Angiotensin II type 2 receptor-mediated inhibition of norepinephrine release in isolated rat hearts.

We investigated wheather endogenous and exogenous angiotensin II (Ang II) regulated norepinephrine (NE) release from cardiac sympathetic nerves via both Ang II type 2 receptors (AT(2)Rs) and Ang II type I receptors (AT(1)Rs). Using isolated rat hearts, sympathetic nerves were electrically stimulated. Ang II with PD-1233196 (AT(2)R antagonist) but not Ang II alone produced a significant increase in nerve stimulation-induced NE overflow, which was abolished by the addition of AT(1)R antagonist losartan.

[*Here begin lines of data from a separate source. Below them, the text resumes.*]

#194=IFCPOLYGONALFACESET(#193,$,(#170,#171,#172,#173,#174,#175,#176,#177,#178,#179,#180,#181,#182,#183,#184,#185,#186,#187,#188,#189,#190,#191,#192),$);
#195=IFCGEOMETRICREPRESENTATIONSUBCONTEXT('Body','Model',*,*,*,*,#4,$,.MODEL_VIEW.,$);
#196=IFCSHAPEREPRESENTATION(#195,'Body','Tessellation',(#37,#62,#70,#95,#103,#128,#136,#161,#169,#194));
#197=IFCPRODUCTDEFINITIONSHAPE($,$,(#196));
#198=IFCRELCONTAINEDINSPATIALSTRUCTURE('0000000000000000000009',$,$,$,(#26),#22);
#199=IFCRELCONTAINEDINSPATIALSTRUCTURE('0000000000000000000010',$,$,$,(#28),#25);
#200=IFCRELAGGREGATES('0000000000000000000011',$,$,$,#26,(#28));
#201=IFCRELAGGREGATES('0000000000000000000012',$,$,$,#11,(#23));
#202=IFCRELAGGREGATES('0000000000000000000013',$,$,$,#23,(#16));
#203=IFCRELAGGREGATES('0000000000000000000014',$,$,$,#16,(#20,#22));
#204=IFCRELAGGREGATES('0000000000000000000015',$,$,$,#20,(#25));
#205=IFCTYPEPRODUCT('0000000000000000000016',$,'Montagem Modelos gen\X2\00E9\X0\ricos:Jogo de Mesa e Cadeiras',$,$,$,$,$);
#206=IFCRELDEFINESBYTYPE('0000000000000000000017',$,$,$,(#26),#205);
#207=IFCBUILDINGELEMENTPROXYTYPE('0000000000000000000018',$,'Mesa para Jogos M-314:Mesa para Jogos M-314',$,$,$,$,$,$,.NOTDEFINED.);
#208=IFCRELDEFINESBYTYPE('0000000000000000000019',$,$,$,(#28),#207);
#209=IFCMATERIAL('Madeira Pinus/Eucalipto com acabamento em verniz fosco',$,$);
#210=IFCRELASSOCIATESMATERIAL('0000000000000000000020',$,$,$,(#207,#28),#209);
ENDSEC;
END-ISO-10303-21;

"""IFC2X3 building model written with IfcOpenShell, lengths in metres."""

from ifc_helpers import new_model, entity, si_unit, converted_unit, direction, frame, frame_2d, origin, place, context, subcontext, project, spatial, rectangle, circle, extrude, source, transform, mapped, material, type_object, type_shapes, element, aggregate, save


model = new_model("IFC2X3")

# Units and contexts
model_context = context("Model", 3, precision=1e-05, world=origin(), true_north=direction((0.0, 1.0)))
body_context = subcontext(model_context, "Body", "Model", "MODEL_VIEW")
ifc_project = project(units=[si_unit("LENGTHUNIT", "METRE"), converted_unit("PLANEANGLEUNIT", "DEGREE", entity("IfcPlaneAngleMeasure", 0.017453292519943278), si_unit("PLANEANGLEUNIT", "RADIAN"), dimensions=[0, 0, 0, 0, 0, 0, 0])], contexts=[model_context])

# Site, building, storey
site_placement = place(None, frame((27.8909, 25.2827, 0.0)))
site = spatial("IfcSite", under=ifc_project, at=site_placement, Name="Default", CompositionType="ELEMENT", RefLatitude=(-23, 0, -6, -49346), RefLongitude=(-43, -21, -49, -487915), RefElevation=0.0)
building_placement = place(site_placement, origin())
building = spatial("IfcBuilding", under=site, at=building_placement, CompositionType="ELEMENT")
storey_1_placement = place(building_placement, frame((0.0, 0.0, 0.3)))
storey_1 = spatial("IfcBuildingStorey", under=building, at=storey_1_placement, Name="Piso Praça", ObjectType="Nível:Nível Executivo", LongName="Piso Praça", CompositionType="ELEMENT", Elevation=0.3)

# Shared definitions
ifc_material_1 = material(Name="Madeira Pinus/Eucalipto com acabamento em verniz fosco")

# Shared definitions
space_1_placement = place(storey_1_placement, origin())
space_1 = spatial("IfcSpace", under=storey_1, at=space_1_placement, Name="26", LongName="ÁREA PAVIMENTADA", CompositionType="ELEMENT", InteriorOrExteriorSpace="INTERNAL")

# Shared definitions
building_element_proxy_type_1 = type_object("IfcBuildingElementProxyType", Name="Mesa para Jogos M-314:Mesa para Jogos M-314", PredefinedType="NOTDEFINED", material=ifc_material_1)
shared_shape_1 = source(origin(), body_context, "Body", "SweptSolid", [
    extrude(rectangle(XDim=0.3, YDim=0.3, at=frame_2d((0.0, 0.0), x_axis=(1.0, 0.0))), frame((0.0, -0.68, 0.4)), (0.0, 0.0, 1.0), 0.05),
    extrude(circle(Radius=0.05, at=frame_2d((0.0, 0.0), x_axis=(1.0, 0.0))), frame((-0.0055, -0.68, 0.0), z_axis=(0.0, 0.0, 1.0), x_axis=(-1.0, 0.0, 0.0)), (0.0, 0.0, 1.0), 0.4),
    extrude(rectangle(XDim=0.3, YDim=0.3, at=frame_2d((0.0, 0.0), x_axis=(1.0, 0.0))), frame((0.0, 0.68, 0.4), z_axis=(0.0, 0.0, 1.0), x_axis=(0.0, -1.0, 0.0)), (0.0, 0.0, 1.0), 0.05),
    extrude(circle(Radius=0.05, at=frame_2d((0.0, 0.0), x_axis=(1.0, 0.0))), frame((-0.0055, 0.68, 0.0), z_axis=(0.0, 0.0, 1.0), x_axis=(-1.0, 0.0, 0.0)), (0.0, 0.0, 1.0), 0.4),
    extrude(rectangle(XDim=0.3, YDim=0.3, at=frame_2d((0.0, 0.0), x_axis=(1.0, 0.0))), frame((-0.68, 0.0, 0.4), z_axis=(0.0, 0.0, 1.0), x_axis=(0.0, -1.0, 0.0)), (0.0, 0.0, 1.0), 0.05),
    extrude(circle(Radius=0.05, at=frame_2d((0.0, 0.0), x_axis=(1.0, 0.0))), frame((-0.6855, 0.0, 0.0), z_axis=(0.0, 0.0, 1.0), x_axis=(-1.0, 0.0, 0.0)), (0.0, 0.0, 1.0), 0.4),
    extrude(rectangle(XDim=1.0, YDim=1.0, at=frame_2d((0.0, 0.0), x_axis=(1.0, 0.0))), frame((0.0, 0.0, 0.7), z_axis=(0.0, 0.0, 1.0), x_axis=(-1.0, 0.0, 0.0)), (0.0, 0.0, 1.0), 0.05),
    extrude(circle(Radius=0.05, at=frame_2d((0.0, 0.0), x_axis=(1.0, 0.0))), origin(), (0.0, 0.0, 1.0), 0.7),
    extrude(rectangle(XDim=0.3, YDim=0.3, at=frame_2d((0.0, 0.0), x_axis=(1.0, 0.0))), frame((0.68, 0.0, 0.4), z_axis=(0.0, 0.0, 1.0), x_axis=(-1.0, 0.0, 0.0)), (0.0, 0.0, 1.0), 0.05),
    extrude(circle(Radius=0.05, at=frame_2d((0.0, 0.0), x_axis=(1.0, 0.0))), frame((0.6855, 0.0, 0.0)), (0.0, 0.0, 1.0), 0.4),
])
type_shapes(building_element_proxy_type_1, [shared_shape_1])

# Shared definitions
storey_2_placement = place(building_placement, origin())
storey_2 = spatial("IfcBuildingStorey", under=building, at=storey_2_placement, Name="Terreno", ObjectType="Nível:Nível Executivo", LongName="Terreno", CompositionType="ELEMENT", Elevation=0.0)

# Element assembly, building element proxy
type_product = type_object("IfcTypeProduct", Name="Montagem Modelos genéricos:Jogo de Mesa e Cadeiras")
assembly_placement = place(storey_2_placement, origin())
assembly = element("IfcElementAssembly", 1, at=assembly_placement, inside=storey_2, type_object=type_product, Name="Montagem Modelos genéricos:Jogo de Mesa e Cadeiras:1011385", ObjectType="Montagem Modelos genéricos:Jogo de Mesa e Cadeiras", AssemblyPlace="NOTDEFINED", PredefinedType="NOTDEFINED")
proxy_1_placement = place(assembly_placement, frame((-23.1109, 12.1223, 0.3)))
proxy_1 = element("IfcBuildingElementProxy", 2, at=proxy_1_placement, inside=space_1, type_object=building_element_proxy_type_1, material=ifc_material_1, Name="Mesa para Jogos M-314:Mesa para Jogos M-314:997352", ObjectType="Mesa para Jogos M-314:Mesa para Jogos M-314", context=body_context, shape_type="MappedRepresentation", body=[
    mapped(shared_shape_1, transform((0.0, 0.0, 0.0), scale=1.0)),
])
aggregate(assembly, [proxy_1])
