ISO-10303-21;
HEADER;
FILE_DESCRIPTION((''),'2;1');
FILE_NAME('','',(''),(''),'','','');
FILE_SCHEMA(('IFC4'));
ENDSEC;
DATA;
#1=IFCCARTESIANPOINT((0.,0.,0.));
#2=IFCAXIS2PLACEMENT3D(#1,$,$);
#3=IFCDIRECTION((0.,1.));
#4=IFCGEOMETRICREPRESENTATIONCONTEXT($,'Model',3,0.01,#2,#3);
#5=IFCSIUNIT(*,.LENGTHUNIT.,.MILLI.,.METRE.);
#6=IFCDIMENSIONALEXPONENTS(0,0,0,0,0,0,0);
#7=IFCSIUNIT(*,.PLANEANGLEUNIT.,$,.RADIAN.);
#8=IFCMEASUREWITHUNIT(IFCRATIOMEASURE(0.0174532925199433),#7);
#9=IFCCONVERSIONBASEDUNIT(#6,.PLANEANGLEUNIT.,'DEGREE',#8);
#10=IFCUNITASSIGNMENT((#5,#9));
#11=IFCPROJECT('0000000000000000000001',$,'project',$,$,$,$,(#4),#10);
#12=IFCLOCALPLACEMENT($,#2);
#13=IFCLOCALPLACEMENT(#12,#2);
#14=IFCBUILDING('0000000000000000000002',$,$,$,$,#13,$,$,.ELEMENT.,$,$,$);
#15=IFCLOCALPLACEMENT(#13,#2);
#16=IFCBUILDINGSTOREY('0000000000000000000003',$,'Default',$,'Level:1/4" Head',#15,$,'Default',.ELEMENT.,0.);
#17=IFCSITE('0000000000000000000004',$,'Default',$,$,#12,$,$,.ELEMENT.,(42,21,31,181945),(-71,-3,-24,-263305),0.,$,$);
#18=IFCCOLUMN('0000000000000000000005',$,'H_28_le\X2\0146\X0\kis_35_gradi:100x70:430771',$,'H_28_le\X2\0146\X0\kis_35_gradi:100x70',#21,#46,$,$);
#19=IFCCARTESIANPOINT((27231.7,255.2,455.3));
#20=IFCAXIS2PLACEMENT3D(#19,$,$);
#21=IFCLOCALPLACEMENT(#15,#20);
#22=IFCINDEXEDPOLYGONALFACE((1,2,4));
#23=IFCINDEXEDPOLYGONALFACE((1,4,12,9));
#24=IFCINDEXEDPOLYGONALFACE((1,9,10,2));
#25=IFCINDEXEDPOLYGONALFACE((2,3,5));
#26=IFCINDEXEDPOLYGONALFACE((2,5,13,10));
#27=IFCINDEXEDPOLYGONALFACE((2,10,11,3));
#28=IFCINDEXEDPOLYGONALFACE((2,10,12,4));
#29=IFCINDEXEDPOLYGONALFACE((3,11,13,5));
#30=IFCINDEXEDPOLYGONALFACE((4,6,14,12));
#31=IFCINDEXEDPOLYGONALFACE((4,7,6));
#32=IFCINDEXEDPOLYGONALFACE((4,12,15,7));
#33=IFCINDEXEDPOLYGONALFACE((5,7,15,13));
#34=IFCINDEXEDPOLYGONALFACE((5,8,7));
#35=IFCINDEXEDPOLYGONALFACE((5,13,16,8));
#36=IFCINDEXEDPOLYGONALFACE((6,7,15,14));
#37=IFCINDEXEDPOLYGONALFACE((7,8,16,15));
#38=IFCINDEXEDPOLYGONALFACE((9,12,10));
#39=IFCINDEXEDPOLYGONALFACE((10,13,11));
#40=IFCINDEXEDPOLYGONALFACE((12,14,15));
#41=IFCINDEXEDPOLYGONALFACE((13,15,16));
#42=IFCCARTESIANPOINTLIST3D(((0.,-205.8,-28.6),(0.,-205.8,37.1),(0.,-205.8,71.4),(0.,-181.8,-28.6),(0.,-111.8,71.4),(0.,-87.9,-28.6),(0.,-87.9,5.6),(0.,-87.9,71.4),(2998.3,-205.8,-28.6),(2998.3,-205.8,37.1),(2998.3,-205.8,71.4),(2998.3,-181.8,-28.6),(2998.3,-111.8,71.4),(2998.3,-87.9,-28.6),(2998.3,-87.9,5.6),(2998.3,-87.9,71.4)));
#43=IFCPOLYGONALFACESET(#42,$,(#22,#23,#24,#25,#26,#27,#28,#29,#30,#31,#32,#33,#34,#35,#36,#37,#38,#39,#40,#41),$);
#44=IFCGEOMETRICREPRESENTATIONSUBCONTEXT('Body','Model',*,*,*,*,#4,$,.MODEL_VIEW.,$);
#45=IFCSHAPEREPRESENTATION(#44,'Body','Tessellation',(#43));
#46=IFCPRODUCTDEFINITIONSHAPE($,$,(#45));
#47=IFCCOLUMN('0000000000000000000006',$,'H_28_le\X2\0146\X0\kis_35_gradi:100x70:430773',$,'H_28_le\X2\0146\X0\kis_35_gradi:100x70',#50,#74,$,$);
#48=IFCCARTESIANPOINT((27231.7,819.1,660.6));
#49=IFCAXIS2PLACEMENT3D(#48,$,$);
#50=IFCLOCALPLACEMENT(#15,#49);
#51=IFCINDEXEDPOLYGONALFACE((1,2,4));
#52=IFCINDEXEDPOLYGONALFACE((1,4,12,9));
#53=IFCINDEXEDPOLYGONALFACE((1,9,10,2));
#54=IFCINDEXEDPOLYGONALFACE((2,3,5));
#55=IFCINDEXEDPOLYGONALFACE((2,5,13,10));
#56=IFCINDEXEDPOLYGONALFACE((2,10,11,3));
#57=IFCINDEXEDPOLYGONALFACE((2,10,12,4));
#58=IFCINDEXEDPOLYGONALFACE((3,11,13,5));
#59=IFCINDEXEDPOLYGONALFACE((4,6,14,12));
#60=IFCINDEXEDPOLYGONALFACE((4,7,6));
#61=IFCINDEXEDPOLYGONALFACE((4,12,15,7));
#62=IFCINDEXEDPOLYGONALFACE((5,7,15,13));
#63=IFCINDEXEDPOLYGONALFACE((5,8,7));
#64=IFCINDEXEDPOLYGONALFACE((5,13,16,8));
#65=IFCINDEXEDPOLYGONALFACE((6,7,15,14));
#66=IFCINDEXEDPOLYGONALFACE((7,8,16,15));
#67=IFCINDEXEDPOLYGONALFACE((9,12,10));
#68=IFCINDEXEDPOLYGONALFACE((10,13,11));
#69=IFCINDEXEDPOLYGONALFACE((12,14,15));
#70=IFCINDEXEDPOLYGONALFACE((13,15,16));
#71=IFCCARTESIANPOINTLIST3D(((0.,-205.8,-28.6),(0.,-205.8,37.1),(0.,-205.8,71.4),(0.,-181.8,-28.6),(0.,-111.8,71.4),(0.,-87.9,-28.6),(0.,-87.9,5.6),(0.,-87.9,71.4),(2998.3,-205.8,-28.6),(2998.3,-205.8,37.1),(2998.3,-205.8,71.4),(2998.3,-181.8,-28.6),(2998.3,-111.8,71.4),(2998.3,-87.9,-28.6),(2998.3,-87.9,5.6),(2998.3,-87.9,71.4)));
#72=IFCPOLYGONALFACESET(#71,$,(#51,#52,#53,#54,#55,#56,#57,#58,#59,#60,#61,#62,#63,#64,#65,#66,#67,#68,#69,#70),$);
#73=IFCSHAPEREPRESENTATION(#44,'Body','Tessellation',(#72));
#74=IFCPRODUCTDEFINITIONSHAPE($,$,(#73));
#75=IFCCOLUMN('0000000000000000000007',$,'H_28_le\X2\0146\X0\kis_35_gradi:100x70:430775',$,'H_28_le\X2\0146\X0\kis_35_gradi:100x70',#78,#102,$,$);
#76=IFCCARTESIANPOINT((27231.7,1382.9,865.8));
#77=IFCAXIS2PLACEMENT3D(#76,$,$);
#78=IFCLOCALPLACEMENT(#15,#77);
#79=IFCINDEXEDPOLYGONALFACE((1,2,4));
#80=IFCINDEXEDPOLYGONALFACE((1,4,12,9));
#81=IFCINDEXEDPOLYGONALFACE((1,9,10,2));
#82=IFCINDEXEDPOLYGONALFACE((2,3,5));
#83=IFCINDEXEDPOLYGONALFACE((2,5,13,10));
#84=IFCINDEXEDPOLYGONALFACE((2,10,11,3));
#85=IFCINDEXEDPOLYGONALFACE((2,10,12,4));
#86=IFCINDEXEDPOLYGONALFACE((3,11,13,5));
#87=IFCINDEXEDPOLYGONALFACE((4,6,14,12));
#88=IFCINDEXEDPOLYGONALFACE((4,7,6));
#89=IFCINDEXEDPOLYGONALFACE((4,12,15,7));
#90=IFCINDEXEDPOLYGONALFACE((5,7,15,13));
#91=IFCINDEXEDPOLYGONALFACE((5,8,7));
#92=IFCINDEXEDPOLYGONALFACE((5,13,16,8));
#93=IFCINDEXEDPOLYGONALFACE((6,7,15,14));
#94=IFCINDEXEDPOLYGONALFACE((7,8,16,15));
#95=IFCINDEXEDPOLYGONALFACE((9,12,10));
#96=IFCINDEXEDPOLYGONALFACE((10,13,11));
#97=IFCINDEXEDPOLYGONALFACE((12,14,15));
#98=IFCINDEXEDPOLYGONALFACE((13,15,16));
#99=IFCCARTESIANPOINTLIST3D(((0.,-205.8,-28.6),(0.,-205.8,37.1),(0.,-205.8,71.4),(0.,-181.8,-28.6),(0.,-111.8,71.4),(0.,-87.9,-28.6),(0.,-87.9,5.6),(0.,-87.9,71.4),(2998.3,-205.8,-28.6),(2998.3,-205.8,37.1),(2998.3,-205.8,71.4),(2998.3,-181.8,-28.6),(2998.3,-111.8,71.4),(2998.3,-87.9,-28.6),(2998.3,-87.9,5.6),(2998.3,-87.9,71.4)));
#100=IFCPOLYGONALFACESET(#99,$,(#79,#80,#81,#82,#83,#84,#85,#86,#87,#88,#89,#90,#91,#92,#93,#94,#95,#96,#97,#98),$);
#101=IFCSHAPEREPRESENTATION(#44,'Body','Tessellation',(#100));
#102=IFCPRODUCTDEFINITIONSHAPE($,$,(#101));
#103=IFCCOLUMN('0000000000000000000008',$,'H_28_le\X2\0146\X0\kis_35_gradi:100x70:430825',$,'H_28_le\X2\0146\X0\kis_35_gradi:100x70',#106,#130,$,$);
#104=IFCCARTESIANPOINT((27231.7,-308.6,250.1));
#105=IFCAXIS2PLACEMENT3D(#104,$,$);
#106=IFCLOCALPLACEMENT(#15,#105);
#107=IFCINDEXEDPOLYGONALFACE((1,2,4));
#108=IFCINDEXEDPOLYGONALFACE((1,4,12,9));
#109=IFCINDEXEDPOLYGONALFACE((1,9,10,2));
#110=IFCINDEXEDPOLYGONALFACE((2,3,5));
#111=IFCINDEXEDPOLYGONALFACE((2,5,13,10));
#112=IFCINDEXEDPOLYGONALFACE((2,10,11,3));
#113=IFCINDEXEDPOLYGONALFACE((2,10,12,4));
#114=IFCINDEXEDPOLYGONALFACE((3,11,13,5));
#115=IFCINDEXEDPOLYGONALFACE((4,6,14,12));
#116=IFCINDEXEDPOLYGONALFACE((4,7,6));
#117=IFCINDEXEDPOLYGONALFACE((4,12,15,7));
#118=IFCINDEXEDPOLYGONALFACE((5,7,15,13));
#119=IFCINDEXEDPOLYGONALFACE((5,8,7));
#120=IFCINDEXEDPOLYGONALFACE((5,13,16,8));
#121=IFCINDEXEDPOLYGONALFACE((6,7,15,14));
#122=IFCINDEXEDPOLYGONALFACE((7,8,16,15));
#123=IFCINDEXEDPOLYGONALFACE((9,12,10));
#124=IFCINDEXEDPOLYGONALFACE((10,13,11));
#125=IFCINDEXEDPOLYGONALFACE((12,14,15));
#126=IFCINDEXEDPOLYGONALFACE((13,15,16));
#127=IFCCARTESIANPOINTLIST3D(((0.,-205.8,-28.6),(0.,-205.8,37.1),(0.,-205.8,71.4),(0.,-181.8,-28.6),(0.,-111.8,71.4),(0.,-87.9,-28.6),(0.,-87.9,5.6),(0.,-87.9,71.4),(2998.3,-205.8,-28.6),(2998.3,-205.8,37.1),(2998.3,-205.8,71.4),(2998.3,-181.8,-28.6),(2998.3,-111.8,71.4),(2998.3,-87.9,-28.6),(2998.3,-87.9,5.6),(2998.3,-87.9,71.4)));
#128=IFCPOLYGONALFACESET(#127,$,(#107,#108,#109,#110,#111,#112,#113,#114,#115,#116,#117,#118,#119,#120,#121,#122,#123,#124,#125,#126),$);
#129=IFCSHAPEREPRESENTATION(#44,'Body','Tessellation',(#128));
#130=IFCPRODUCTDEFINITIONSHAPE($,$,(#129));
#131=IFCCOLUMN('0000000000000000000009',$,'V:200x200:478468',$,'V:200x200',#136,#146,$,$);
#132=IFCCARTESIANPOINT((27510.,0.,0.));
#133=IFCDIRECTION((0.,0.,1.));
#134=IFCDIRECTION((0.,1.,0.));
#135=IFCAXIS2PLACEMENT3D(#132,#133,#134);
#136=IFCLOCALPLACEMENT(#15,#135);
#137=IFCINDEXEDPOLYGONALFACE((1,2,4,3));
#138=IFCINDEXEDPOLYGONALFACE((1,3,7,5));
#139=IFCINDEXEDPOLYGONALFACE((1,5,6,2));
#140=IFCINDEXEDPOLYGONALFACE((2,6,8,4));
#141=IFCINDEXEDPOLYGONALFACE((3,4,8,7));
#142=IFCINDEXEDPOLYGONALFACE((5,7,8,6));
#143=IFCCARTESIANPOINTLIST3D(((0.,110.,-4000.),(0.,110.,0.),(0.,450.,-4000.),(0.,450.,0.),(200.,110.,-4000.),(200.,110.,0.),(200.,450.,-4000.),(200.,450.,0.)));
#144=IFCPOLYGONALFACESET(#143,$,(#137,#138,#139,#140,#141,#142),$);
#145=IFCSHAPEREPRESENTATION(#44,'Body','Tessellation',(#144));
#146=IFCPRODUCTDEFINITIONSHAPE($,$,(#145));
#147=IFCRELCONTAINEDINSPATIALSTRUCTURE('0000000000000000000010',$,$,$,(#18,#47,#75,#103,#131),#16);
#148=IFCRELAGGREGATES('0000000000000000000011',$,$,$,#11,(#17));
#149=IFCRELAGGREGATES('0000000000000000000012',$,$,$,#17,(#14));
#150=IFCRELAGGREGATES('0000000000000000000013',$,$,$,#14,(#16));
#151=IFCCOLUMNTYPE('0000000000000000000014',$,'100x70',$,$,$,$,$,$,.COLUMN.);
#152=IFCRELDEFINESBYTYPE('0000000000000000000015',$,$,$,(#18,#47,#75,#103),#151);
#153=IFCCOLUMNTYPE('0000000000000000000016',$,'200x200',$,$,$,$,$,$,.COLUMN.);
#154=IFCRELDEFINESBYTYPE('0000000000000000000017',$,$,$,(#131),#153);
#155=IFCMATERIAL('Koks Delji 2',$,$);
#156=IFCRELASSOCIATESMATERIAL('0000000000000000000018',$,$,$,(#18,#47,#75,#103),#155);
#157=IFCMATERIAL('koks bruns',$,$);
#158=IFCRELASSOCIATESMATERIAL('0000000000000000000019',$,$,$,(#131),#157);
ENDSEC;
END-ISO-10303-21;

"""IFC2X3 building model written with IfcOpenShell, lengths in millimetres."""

from ifc_helpers import new_model, entity, si_unit, converted_unit, direction, frame, frame_2d, origin, origin_2d_with_axis, place, context, subcontext, project, spatial, rectangle, extrude, boolean, source, transform, mapped, material, type_object, type_shapes, element, save


model = new_model("IFC2X3")

# Units and contexts
model_context = context("Model", 3, precision=0.01, world=origin(), true_north=direction((0.0, 1.0)))
body_context = subcontext(model_context, "Body", "Model", "MODEL_VIEW")
ifc_project = project(units=[si_unit("LENGTHUNIT", "METRE", prefix="MILLI"), converted_unit("PLANEANGLEUNIT", "DEGREE", entity("IfcRatioMeasure", 0.0174532925199433), si_unit("PLANEANGLEUNIT", "RADIAN"), dimensions=[0, 0, 0, 0, 0, 0, 0])], contexts=[model_context])

# Site, building, storey
site_placement = place(None, origin())
site = spatial("IfcSite", under=ifc_project, at=site_placement, Name="Default", CompositionType="ELEMENT", RefLatitude=(42, 21, 31, 181945), RefLongitude=(-71, -3, -24, -263305), RefElevation=0.0)
building_placement = place(site_placement, origin())
building = spatial("IfcBuilding", under=site, at=building_placement, CompositionType="ELEMENT")
storey_placement = place(building_placement, origin())
storey = spatial("IfcBuildingStorey", under=building, at=storey_placement, Name="Default", ObjectType="Level:1/4\" Head", LongName="Default", CompositionType="ELEMENT", Elevation=0.0)

# Columns
ifc_material_1 = material(Name="Koks Delji 2")
column_type_1 = type_object("IfcColumnType", Name="100x70", PredefinedType="COLUMN")
shared_shape_1 = source(origin(), body_context, "Body", "CSG", [
    boolean("DIFFERENCE", extrude(rectangle(XDim=2998.3, YDim=117.9, at=frame_2d((0.0, 0.0), x_axis=(1.0, 0.0))), frame((1499.1, -146.8, -28.6)), (0.0, 0.0, 1.0), 100.0), extrude(rectangle(XDim=70.0, YDim=100.0, at=frame_2d((0.0, 0.0), x_axis=(0.0, 1.0))), frame((0.0, -146.8, 21.4), z_axis=(-1.0, 0.0, 0.0), x_axis=(0.0, -0.939693, -0.34202)), (0.0, 0.0, -1.0), 2998.3)),
])
type_shapes(column_type_1, [shared_shape_1])
for number, where, name in (
    (1, (27231.7, 255.2, 455.3), "H_28_leņkis_35_gradi:100x70:430771"),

In contrast, NE overlfow was markedly decreased by losartan with or without Ang II. This decrease was abolished by the combination with PD-123319, nitric oxide (NO) synthase inhibitor N-G-nitro-L-arginine (NOARG), icatibant (bradykinin B-2 receptor antagonist), or PKSI-527 (kinino-genase inhibitor). CGP-42112A (AT(2)R agonist) suppressed nerve stimulation-induced NE overflow in the same way as the combination of Ang II NOARG, icatibant. or PKSI-527. There were significant increases in NOx (NO2/NO3) contents in coronary effluent under conditions where NE overlfow was suppressed. Ang II seems to function as an inhibitory modulator of cardiac noradrenergic neuro-transmission via AT(2)Rs and well-known, AT(1)R-mediated stimulatory actions. The inhibitory mechanism may involve local bradykinin production, its B-2 receptor activation, and NO as a downstream effector.